Problem to work on:
Where a line of the records contains the word "IFCOPENINGELEMENT", show that line.

Raw data:
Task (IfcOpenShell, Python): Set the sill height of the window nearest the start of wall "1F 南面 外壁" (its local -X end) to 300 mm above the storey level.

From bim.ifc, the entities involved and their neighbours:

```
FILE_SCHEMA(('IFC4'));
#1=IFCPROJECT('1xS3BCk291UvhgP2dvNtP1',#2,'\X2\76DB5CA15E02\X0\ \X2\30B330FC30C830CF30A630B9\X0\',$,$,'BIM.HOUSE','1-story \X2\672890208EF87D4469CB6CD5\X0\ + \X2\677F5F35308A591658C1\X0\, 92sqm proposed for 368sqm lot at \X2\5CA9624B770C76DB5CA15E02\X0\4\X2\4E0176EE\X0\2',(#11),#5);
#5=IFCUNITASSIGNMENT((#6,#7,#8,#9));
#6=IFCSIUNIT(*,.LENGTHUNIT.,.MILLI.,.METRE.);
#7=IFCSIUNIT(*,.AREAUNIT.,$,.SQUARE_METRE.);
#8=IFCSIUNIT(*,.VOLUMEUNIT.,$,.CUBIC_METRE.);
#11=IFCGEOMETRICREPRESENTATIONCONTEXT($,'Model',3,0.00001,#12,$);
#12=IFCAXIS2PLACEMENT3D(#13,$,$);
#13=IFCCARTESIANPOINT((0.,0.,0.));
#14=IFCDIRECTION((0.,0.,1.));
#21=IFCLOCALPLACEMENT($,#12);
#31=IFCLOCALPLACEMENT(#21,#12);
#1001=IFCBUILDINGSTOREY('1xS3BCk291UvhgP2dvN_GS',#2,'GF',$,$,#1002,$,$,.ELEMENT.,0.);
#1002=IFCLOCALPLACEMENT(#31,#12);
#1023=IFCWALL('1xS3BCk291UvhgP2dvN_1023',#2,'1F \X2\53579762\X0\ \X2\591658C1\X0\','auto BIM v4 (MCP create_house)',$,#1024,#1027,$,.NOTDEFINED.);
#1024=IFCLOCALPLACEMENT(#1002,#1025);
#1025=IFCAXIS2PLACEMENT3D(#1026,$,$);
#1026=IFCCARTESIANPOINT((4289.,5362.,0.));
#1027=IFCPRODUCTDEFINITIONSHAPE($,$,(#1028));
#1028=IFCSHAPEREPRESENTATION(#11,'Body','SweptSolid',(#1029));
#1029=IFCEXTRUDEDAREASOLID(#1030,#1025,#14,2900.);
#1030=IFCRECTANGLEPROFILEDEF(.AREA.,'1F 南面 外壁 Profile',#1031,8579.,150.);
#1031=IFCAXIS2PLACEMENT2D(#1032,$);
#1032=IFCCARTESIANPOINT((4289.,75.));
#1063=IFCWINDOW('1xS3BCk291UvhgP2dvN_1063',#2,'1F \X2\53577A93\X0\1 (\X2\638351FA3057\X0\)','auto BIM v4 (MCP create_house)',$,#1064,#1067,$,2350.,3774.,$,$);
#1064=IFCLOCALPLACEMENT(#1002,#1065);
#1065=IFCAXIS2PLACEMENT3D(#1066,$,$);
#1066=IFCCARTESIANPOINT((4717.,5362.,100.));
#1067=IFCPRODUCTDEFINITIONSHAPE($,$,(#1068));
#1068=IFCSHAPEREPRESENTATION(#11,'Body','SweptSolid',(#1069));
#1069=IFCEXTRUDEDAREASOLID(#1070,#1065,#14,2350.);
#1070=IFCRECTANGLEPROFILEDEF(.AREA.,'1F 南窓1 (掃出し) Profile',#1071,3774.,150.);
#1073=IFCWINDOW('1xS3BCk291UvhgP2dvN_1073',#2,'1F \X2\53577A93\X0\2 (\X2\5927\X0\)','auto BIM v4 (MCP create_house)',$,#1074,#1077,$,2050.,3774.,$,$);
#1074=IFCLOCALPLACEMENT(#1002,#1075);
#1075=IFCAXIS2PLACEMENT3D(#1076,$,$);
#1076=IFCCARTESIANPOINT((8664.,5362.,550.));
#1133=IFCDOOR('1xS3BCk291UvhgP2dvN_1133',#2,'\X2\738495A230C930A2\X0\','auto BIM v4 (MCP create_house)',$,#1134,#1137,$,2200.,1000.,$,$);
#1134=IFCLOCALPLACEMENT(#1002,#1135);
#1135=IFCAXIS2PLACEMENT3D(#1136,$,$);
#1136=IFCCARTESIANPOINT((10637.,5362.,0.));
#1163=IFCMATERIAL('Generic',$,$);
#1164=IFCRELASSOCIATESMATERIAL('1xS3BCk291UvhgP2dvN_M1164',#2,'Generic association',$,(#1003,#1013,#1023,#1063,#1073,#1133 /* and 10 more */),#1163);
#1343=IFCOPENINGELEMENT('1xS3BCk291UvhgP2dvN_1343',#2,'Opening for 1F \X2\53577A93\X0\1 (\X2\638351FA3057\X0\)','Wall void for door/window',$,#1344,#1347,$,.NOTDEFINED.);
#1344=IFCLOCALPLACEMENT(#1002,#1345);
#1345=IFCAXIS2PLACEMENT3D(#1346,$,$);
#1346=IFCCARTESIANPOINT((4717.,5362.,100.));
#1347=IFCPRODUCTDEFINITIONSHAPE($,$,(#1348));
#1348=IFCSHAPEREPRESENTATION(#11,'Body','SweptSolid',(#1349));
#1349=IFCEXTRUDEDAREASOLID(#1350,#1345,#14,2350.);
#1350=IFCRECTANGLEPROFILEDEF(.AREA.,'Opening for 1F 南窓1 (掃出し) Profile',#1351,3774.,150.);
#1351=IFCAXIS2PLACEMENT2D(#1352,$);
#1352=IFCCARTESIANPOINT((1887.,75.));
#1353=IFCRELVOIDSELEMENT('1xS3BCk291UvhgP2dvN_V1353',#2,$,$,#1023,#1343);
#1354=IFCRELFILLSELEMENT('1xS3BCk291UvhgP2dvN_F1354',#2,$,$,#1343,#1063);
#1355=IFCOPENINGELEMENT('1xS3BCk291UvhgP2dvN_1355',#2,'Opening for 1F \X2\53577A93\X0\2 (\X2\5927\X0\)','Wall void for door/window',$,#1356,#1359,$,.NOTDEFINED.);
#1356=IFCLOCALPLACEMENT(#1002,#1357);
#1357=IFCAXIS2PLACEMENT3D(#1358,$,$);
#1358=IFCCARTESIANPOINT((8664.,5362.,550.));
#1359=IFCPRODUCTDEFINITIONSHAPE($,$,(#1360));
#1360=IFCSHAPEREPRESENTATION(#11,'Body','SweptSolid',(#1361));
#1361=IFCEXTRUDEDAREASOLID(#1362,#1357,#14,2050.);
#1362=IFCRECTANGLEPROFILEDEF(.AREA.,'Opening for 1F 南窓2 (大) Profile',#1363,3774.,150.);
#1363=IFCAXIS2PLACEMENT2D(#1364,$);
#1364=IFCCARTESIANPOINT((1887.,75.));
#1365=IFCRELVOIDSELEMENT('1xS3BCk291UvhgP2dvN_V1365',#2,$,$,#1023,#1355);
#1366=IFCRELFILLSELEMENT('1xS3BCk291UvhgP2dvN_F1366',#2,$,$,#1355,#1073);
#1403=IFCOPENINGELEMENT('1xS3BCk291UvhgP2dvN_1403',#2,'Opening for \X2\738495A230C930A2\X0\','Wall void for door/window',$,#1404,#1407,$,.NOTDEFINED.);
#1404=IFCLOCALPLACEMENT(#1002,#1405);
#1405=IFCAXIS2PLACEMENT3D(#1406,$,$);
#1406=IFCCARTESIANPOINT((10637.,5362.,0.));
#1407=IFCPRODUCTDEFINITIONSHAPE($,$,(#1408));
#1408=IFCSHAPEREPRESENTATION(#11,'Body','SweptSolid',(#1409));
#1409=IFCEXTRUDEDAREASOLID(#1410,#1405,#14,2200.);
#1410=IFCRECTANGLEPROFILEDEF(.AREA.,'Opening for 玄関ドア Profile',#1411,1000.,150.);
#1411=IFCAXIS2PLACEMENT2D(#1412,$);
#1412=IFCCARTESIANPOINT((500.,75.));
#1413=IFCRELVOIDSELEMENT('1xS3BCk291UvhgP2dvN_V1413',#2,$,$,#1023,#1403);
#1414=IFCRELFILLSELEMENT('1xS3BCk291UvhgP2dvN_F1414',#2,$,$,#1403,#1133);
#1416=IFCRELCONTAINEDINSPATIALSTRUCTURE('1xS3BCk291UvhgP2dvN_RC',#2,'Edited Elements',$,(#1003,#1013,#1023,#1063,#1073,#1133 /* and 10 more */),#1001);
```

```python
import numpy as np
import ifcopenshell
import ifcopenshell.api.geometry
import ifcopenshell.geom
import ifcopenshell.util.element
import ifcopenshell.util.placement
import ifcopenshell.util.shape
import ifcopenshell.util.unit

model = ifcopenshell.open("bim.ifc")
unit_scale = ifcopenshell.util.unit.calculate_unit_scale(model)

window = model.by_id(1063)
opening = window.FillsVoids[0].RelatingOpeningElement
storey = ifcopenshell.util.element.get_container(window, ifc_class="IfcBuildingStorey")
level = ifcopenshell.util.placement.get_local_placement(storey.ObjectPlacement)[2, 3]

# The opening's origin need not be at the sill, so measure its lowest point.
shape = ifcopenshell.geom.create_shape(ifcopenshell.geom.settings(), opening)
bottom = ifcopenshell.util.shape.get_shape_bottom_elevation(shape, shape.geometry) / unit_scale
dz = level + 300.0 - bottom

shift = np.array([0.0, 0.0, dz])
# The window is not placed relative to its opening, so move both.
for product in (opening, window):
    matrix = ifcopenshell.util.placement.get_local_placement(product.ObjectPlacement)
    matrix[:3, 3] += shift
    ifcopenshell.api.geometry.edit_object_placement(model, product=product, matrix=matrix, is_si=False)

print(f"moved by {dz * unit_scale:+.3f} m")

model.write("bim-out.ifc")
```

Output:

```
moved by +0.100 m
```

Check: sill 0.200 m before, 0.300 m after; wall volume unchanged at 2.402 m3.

Result below:
#1343=IFCOPENINGELEMENT('1xS3BCk291UvhgP2dvN_1343',#2,'Opening for 1F \X2\53577A93\X0\1 (\X2\638351FA3057\X0\)','Wall void for door/window',$,#1344,#1347,$,.NOTDEFINED.);
#1355=IFCOPENINGELEMENT('1xS3BCk291UvhgP2dvN_1355',#2,'Opening for 1F \X2\53577A93\X0\2 (\X2\5927\X0\)','Wall void for door/window',$,#1356,#1359,$,.NOTDEFINED.);
#1403=IFCOPENINGELEMENT('1xS3BCk291UvhgP2dvN_1403',#2,'Opening for \X2\738495A230C930A2\X0\','Wall void for door/window',$,#1404,#1407,$,.NOTDEFINED.);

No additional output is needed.